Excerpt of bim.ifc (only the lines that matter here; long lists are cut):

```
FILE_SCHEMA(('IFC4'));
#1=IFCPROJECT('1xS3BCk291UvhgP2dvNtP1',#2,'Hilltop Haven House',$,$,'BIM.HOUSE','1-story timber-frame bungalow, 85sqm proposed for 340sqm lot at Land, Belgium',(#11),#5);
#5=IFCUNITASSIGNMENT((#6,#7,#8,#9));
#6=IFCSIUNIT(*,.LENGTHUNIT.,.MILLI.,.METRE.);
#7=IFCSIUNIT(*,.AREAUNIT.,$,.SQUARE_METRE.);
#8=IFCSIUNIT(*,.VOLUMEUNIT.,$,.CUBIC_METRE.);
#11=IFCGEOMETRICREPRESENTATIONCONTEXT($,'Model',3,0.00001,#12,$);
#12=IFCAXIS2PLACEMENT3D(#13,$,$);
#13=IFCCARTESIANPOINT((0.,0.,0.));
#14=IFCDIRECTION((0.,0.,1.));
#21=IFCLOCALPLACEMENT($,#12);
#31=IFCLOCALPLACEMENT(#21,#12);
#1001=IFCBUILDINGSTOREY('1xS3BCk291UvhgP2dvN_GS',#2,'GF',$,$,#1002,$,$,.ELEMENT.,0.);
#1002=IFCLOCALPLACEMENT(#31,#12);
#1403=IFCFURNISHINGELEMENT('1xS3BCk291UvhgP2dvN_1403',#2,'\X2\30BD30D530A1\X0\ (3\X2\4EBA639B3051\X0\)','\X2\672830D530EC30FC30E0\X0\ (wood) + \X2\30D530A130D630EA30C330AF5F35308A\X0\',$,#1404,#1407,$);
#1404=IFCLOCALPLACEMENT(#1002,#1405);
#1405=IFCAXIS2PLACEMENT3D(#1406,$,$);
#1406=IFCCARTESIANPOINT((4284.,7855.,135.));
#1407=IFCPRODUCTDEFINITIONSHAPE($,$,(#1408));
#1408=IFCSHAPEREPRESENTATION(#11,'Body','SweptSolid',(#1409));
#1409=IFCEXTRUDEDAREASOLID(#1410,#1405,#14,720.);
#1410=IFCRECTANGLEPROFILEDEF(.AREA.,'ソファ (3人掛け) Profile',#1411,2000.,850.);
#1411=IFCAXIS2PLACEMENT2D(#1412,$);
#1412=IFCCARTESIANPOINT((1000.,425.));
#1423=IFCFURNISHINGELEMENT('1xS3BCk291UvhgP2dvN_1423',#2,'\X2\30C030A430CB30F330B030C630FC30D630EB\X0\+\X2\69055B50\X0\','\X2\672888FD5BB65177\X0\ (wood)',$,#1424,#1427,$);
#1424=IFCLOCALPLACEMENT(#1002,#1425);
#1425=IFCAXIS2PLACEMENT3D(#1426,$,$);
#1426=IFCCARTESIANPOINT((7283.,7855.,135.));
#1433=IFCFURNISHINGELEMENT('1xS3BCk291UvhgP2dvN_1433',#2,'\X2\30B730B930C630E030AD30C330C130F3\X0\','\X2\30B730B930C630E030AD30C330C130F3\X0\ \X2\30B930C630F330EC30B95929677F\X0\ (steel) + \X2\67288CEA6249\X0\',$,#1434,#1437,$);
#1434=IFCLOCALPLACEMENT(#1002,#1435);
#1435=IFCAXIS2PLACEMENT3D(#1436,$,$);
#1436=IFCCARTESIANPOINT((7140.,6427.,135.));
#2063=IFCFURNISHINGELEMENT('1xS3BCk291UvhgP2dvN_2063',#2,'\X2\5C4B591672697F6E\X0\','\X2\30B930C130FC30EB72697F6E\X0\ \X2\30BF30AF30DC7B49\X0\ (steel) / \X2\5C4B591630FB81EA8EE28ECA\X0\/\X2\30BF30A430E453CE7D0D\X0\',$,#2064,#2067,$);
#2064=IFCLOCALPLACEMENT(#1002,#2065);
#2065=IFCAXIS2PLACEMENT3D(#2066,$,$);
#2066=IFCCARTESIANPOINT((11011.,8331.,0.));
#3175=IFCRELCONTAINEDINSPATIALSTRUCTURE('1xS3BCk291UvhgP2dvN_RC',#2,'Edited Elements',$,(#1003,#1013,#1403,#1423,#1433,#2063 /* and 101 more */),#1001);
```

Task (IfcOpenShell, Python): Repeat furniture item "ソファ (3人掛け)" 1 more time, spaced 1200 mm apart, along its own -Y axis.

```python
import ifcopenshell
import ifcopenshell.api.geometry
import ifcopenshell.api.root
import ifcopenshell.util.element
import ifcopenshell.util.placement

model = ifcopenshell.open("bim.ifc")


def reuse_history(source, copy):
    """copy_class also copies each property set's owner history, people and application; keep the originals."""
    for rel in copy.IsDefinedBy:
        if rel.is_a("IfcRelDefinesByProperties") and (history := rel.RelatingPropertyDefinition.OwnerHistory):
            rel.RelatingPropertyDefinition.OwnerHistory = source.OwnerHistory
            ifcopenshell.util.element.remove_deep2(model, history)


source = model.by_guid("1xS3BCk291UvhgP2dvN_1403")
base = ifcopenshell.util.placement.get_local_placement(source.ObjectPlacement)
step = -base[:3, 1] * 1200.0

for i in range(1, 2):
    copy = ifcopenshell.api.root.copy_class(model, product=source)
    copy.Representation = ifcopenshell.util.element.copy_deep(
        model, source.Representation, exclude=["IfcGeometricRepresentationContext", "IfcRepresentationMap"]
    )
    reuse_history(source, copy)
    matrix = base.copy()
    matrix[:3, 3] += i * step
    print("added at", matrix[:3, 3].round(3) + 0.0)
    ifcopenshell.api.geometry.edit_object_placement(model, product=copy, matrix=matrix, is_si=False)

model.write("bim_v2.ifc")
```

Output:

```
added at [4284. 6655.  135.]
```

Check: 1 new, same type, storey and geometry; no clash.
════════════════════
▶ _WORK ITEM_: The material above must be written out again in full, exactly.

▶ _YOUR SOLUTION_:
Excerpt of bim.ifc (only the lines that matter here; long lists are cut):

```
FILE_SCHEMA(('IFC4'));
#1=IFCPROJECT('1xS3BCk291UvhgP2dvNtP1',#2,'Hilltop Haven House',$,$,'BIM.HOUSE','1-story timber-frame bungalow, 85sqm proposed for 340sqm lot at Land, Belgium',(#11),#5);
#5=IFCUNITASSIGNMENT((#6,#7,#8,#9));
#6=IFCSIUNIT(*,.LENGTHUNIT.,.MILLI.,.METRE.);
#7=IFCSIUNIT(*,.AREAUNIT.,$,.SQUARE_METRE.);
#8=IFCSIUNIT(*,.VOLUMEUNIT.,$,.CUBIC_METRE.);
#11=IFCGEOMETRICREPRESENTATIONCONTEXT($,'Model',3,0.00001,#12,$);
#12=IFCAXIS2PLACEMENT3D(#13,$,$);
#13=IFCCARTESIANPOINT((0.,0.,0.));
#14=IFCDIRECTION((0.,0.,1.));
#21=IFCLOCALPLACEMENT($,#12);
#31=IFCLOCALPLACEMENT(#21,#12);
#1001=IFCBUILDINGSTOREY('1xS3BCk291UvhgP2dvN_GS',#2,'GF',$,$,#1002,$,$,.ELEMENT.,0.);
#1002=IFCLOCALPLACEMENT(#31,#12);
#1403=IFCFURNISHINGELEMENT('1xS3BCk291UvhgP2dvN_1403',#2,'\X2\30BD30D530A1\X0\ (3\X2\4EBA639B3051\X0\)','\X2\672830D530EC30FC30E0\X0\ (wood) + \X2\30D530A130D630EA30C330AF5F35308A\X0\',$,#1404,#1407,$);
#1404=IFCLOCALPLACEMENT(#1002,#1405);
#1405=IFCAXIS2PLACEMENT3D(#1406,$,$);
#1406=IFCCARTESIANPOINT((4284.,7855.,135.));
#1407=IFCPRODUCTDEFINITIONSHAPE($,$,(#1408));
#1408=IFCSHAPEREPRESENTATION(#11,'Body','SweptSolid',(#1409));
#1409=IFCEXTRUDEDAREASOLID(#1410,#1405,#14,720.);
#1410=IFCRECTANGLEPROFILEDEF(.AREA.,'ソファ (3人掛け) Profile',#1411,2000.,850.);
#1411=IFCAXIS2PLACEMENT2D(#1412,$);
#1412=IFCCARTESIANPOINT((1000.,425.));
#1423=IFCFURNISHINGELEMENT('1xS3BCk291UvhgP2dvN_1423',#2,'\X2\30C030A430CB30F330B030C630FC30D630EB\X0\+\X2\69055B50\X0\','\X2\672888FD5BB65177\X0\ (wood)',$,#1424,#1427,$);
#1424=IFCLOCALPLACEMENT(#1002,#1425);
#1425=IFCAXIS2PLACEMENT3D(#1426,$,$);
#1426=IFCCARTESIANPOINT((7283.,7855.,135.));
#1433=IFCFURNISHINGELEMENT('1xS3BCk291UvhgP2dvN_1433',#2,'\X2\30B730B930C630E030AD30C330C130F3\X0\','\X2\30B730B930C630E030AD30C330C130F3\X0\ \X2\30B930C630F330EC30B95929677F\X0\ (steel) + \X2\67288CEA6249\X0\',$,#1434,#1437,$);
#1434=IFCLOCALPLACEMENT(#1002,#1435);
#1435=IFCAXIS2PLACEMENT3D(#1436,$,$);
#1436=IFCCARTESIANPOINT((7140.,6427.,135.));
#2063=IFCFURNISHINGELEMENT('1xS3BCk291UvhgP2dvN_2063',#2,'\X2\5C4B591672697F6E\X0\','\X2\30B930C130FC30EB72697F6E\X0\ \X2\30BF30AF30DC7B49\X0\ (steel) / \X2\5C4B591630FB81EA8EE28ECA\X0\/\X2\30BF30A430E453CE7D0D\X0\',$,#2064,#2067,$);
#2064=IFCLOCALPLACEMENT(#1002,#2065);
#2065=IFCAXIS2PLACEMENT3D(#2066,$,$);
#2066=IFCCARTESIANPOINT((11011.,8331.,0.));
#3175=IFCRELCONTAINEDINSPATIALSTRUCTURE('1xS3BCk291UvhgP2dvN_RC',#2,'Edited Elements',$,(#1003,#1013,#1403,#1423,#1433,#2063 /* and 101 more */),#1001);
```

Task (IfcOpenShell, Python): Repeat furniture item "ソファ (3人掛け)" 1 more time, spaced 1200 mm apart, along its own -Y axis.

```python
import ifcopenshell
import ifcopenshell.api.geometry
import ifcopenshell.api.root
import ifcopenshell.util.element
import ifcopenshell.util.placement

model = ifcopenshell.open("bim.ifc")


def reuse_history(source, copy):
    """copy_class also copies each property set's owner history, people and application; keep the originals."""
    for rel in copy.IsDefinedBy:
        if rel.is_a("IfcRelDefinesByProperties") and (history := rel.RelatingPropertyDefinition.OwnerHistory):
            rel.RelatingPropertyDefinition.OwnerHistory = source.OwnerHistory
            ifcopenshell.util.element.remove_deep2(model, history)


source = model.by_guid("1xS3BCk291UvhgP2dvN_1403")
base = ifcopenshell.util.placement.get_local_placement(source.ObjectPlacement)
step = -base[:3, 1] * 1200.0

for i in range(1, 2):
    copy = ifcopenshell.api.root.copy_class(model, product=source)
    copy.Representation = ifcopenshell.util.element.copy_deep(
        model, source.Representation, exclude=["IfcGeometricRepresentationContext", "IfcRepresentationMap"]
    )
    reuse_history(source, copy)
    matrix = base.copy()
    matrix[:3, 3] += i * step
    print("added at", matrix[:3, 3].round(3) + 0.0)
    ifcopenshell.api.geometry.edit_object_placement(model, product=copy, matrix=matrix, is_si=False)

model.write("bim_v2.ifc")
```

Output:

```
added at [4284. 6655.  135.]
```

Check: 1 new, same type, storey and geometry; no clash.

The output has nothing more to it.